A story in the Trib got me thinking about River Etiquette and do people even pratice any etiquette on the water ??? Combine with the ever so quickly expanding utah population & HB141 We are going to have some pretty congested streams this summer :?

I myself have run into a couple of situations were I had a guy walk right up into my back cast or had another guy stop and start fishing literally feet from me on the opposite side of the bank so I posted some of the etiquette listed in the story please be kind to your fellow anglers
dont be a punk were all out out have a good time 8) 8) 8)

* As you approach any body of water to fish, and there are other anglers visible, observe where they are and what direction they are fishing in. Walk some distance away from the bank they are fishing to if you must walk past them, 20-30 feet. In most instances, our waters are small enough that you should avoid walking near the banks of a run someone is in under most circumstances.

* If an angler is fishing upstream and you want to fish water above him or her, give plenty of room to fish before you enter the water. On places like the Provo *where access is easier, don't enter a piece of water that someone is fishing; instead, move to a section that is not being fished.* :!: :!: :!:

* What's enough room? Good rule of thumb: Do unto others. If you are contemplating the question, you're too close. Ask. A little more of "how are you, do you mind if I fish the water below you?" would be nice. The more room you yield, the better.

* If someone is fishing your favorite piece of water when you arrive, move on, don't crowd. Guides are notorious for such aggressive behavior, but they aren't alone. Move on; you may find a new favorite piece of water.

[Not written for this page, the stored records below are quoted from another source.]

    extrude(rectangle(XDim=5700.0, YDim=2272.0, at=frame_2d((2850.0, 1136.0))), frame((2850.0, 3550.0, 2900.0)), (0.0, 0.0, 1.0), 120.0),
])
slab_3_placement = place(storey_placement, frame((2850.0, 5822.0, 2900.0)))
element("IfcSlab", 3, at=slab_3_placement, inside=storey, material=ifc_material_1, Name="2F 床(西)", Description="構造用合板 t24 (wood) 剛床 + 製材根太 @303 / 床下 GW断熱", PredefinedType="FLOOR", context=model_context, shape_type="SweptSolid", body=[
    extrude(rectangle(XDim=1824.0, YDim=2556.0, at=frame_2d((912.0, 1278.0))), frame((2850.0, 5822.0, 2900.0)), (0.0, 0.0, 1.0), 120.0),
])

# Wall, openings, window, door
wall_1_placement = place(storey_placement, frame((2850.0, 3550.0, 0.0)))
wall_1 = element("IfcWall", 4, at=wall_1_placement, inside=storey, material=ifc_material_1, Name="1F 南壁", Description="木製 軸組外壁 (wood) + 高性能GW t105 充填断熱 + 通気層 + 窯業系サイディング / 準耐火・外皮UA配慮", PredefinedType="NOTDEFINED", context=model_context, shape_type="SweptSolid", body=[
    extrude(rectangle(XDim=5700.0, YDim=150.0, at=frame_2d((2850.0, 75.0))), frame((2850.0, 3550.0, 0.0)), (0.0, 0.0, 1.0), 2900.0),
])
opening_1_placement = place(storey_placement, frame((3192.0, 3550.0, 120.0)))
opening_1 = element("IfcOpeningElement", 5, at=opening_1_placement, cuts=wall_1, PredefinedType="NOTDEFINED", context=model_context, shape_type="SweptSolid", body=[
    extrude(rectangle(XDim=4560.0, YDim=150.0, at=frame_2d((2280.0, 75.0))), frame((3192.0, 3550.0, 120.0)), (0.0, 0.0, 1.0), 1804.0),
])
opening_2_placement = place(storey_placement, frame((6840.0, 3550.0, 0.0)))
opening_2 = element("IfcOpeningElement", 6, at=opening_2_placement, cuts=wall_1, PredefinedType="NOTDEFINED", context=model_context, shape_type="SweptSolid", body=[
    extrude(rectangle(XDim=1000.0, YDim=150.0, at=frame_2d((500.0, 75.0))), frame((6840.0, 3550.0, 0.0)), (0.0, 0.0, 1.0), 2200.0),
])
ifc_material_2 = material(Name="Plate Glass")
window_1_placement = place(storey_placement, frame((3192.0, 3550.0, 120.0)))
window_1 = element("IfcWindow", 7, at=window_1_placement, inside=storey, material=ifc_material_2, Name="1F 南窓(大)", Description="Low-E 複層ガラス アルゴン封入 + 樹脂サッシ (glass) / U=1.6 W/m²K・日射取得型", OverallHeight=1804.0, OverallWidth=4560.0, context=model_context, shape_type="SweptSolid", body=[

* Share the wealth. After you catch a few fish out of a run, move on; let someone else enjoy the fishing. Our trout could use the break as well. We can't continue to catch and release 15-30 fish every time and expect our fisheries to stay healthy. Giving up your water to someone else is a noble gesture, one we could stand to see more often.


----------



## GaryFish (Sep 7, 2007)

Sinergy - did you grow up in a different state? This just isn't how its done in Utah ;-)

One of my best days fishing ever was on the Beaverhead, right below Clark Canyon dam. It was a crowded day, and I was on the river first. Three guys showed up and asked if they could fish with me. Well, four hours later, we'd all landed more fish than I'd care to admit, swapped some flies and even cold drinks from the cooler. These guys were instructors at the Air Force Acadamy, and on a break and roadied to Montana for some fishing. We all shared a great run and took turns casting from the best spots. It was a great day.

my point being - friendly behavior on the river - any river - has NEVER been a negative experience for me. There is plenty of water to share. And plenty of fish to catch.


----------



## sinergy (Mar 6, 2008)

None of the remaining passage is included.